As soon as everyone stops using cell phones camera sales will pick up.
and when will that be? those are always improving, take better pictures than ever, are incredibly simple to use, get firmware updates regularly, and make sharing, editing, and storing easy.
It's been my experience that the cameras in cell phones work fine when the phone is brand new, but the quality of the results degrades over time. I assume that vibration, dirt, moisture, and smudging all take their toll on the phone internal cameras.
For awhile there it seemed like the phone manufacturers and carriers had convinced the customers to buy new phones every couple of years. That was when phones cost $250-$400. Phones may now cost considerably more than that though, and customers might have grown weary of buying new phones and having to migrate everything from the old one to the new one, especially when the software on the phones has matured to the point where new features are only evolutionary, not revolutionary.
If phone shooters find a lack of reason to upgrade but also begin to feel that the camera built-in is inadequate, then that could help shift some users to separate cameras again. It won't be massively widespread, but I could see someone wanting good pictures of their family, or pictures from concerts, or pictures from events looking towards a better camera.
Now all that said, the camera manufacturers need to up their game for interoperability. I'm not a huge fan of Tony and Chelsea Northrup, but I agree with a recent video where he cites a Samsung NX mirrorless interchangable lens camera as being one of the most important cameras of the last decade, in that by being an Android-based device it had a whole slew of capabilities for interoperability and Internet storage and connectivity that was not implemented widely by other manufacturers.
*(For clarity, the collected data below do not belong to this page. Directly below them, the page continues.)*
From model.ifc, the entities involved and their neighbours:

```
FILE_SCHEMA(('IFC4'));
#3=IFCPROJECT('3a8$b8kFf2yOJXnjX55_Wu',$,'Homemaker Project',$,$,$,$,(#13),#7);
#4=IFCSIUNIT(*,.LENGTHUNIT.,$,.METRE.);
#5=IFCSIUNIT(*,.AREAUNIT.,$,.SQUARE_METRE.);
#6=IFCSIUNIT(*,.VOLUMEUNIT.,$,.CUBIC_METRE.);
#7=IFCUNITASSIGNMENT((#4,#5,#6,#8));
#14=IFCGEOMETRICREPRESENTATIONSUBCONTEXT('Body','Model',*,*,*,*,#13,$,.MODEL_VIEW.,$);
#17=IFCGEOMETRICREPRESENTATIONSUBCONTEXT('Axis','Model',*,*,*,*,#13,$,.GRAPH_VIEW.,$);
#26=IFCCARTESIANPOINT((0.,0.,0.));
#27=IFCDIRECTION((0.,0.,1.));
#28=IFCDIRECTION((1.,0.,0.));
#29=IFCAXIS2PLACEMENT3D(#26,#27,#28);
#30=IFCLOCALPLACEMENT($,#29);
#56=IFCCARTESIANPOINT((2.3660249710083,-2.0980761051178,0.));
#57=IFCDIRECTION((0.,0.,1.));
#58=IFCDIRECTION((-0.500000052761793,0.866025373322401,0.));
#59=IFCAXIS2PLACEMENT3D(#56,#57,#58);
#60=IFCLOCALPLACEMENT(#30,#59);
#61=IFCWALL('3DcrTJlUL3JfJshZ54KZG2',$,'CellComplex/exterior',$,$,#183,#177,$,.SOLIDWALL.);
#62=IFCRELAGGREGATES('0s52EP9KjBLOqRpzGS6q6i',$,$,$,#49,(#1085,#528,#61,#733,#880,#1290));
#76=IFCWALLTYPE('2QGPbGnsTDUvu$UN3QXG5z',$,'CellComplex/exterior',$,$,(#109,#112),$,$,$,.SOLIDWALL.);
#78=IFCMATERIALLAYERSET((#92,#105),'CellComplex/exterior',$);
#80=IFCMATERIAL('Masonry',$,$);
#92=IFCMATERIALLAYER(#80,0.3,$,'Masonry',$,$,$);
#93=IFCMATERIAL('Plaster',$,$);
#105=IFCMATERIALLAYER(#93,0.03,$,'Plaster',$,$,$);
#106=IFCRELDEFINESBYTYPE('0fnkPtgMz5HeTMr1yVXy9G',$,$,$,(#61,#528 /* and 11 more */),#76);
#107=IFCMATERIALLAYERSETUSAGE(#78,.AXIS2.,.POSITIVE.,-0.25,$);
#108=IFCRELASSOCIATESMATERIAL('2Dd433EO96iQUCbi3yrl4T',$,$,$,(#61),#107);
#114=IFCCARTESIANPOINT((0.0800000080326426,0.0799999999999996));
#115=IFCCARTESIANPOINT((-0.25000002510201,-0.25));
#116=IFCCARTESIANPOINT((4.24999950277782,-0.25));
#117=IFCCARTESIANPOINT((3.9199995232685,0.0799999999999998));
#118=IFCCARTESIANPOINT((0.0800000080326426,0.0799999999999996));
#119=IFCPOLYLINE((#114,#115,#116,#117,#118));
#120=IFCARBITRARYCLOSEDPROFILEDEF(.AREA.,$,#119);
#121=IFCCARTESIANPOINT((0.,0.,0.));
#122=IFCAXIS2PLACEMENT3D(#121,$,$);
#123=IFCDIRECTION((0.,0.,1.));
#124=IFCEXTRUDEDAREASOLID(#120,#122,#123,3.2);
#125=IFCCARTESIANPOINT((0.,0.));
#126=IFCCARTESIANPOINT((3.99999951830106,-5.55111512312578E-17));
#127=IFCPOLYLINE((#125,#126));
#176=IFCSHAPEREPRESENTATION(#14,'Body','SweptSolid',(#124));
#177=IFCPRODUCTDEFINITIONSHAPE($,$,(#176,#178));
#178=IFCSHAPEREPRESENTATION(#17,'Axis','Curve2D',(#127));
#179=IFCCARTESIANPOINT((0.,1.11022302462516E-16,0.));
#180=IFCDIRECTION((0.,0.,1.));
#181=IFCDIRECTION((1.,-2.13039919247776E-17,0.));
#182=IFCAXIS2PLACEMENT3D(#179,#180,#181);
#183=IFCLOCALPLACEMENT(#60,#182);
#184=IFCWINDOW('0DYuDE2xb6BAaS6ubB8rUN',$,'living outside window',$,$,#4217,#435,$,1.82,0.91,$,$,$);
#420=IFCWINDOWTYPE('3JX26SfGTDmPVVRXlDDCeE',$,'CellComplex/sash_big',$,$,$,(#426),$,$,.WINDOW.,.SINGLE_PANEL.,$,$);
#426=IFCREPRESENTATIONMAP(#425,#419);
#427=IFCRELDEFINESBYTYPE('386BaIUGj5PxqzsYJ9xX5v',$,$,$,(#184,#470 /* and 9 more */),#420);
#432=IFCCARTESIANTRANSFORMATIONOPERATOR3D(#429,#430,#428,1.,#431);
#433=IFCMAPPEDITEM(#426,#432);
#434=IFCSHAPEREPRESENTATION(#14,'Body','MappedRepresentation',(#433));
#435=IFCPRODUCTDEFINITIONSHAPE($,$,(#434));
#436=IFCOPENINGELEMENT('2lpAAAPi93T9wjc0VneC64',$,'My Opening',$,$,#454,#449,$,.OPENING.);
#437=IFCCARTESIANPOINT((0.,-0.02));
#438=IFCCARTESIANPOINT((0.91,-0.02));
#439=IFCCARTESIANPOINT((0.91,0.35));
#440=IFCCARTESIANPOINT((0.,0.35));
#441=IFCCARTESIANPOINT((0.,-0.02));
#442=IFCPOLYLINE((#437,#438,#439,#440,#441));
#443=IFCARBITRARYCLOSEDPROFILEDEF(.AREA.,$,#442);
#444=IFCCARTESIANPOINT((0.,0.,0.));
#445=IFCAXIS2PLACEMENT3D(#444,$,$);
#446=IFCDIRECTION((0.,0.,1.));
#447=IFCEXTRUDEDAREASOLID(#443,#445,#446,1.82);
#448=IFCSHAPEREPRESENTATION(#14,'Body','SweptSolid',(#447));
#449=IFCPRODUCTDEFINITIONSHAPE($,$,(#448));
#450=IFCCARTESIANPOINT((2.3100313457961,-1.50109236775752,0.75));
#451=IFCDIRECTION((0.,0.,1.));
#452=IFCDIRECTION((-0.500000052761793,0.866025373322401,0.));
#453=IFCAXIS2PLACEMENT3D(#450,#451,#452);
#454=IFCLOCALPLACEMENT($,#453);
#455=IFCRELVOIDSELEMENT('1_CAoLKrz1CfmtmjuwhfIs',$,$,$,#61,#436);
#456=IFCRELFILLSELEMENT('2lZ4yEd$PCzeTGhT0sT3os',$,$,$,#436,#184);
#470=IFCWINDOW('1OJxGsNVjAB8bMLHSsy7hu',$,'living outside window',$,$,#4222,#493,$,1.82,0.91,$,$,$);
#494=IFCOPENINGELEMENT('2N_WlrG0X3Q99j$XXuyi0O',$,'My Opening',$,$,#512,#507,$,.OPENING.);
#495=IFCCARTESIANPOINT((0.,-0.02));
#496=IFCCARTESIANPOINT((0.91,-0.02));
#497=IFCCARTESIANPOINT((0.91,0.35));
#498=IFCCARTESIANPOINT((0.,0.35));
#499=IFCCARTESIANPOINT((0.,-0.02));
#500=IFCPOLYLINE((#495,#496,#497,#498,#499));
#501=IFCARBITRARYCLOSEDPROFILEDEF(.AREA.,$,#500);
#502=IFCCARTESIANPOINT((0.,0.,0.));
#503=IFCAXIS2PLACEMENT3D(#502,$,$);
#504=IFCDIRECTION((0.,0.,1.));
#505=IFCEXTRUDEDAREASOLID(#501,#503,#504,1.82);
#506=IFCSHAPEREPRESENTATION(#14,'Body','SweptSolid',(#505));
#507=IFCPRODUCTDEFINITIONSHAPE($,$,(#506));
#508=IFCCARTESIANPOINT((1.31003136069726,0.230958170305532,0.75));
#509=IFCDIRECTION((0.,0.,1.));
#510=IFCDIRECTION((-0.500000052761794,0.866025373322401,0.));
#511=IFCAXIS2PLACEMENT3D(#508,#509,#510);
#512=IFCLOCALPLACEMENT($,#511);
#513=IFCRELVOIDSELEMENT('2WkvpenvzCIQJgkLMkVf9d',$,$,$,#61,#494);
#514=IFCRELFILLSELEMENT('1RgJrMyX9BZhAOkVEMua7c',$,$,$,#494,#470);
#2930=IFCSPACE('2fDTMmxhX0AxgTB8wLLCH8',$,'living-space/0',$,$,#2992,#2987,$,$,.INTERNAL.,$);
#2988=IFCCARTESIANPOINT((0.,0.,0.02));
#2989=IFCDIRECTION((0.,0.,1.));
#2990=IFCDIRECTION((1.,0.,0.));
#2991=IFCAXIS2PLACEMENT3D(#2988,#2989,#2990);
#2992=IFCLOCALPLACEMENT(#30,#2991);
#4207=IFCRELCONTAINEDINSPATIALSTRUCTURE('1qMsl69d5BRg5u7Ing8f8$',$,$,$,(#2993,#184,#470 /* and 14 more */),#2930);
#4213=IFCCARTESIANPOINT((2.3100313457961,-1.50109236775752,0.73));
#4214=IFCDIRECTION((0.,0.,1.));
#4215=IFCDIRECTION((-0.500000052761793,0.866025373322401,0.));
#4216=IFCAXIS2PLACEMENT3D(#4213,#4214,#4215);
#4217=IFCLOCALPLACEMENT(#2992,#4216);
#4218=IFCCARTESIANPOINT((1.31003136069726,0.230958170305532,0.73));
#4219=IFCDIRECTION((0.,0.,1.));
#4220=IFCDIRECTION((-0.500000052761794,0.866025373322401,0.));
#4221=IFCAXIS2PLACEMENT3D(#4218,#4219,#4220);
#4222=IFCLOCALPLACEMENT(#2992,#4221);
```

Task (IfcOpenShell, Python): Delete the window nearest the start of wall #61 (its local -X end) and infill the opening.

```python
import ifcopenshell
import ifcopenshell.api.feature
import ifcopenshell.api.root
import ifcopenshell.geom
import ifcopenshell.util.shape

model = ifcopenshell.open("model.ifc")
settings = ifcopenshell.geom.settings()


def volume(element):
    """Net volume in cubic metres, openings subtracted."""
    shape = ifcopenshell.geom.create_shape(settings, element)
    return ifcopenshell.util.shape.get_volume(shape.geometry)


window = model.by_guid("0DYuDE2xb6BAaS6ubB8rUN")
opening = window.FillsVoids[0].RelatingOpeningElement
wall = opening.VoidsElements[0].RelatingBuildingElement
before = volume(wall)

ifcopenshell.api.root.remove_product(model, product=window)
ifcopenshell.api.feature.remove_feature(model, feature=opening)

after = volume(wall)

print(f"wall volume {before:.3f} -> {after:.3f} m3")

model.write("model_edited.ifc")
```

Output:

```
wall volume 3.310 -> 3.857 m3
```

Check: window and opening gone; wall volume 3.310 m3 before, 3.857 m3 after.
These features allowed users of the system to truly automatically save their contents to Internet servers, to easily livestream, to and to use various third-party services that had Android applications, on a device with a cellular data plan. The camera did for cameras what the Android Phone did for personal digital assistants, in taking what devices like the Palm Pilot did and seamlessly interconnecting to the Internet for much greater capability.
For whatever reason Samsung stopped this product line. Perhaps they introduced it too soon, before the buying public was ready. Perhaps their interchangable lens system simply was too limited at the time of release and they couldn't attract enough attention from prosumer or professional users. Regardless though, I suspect that if Canon, or Nikon, or Sony, or any other manufacturer with a large, high quality lens catalog followed this path, they'd revolutionize the market, offering both casual users and professionals alike connected features that would make the acts of saving, archiving, and sharing vastly easier than they currently are.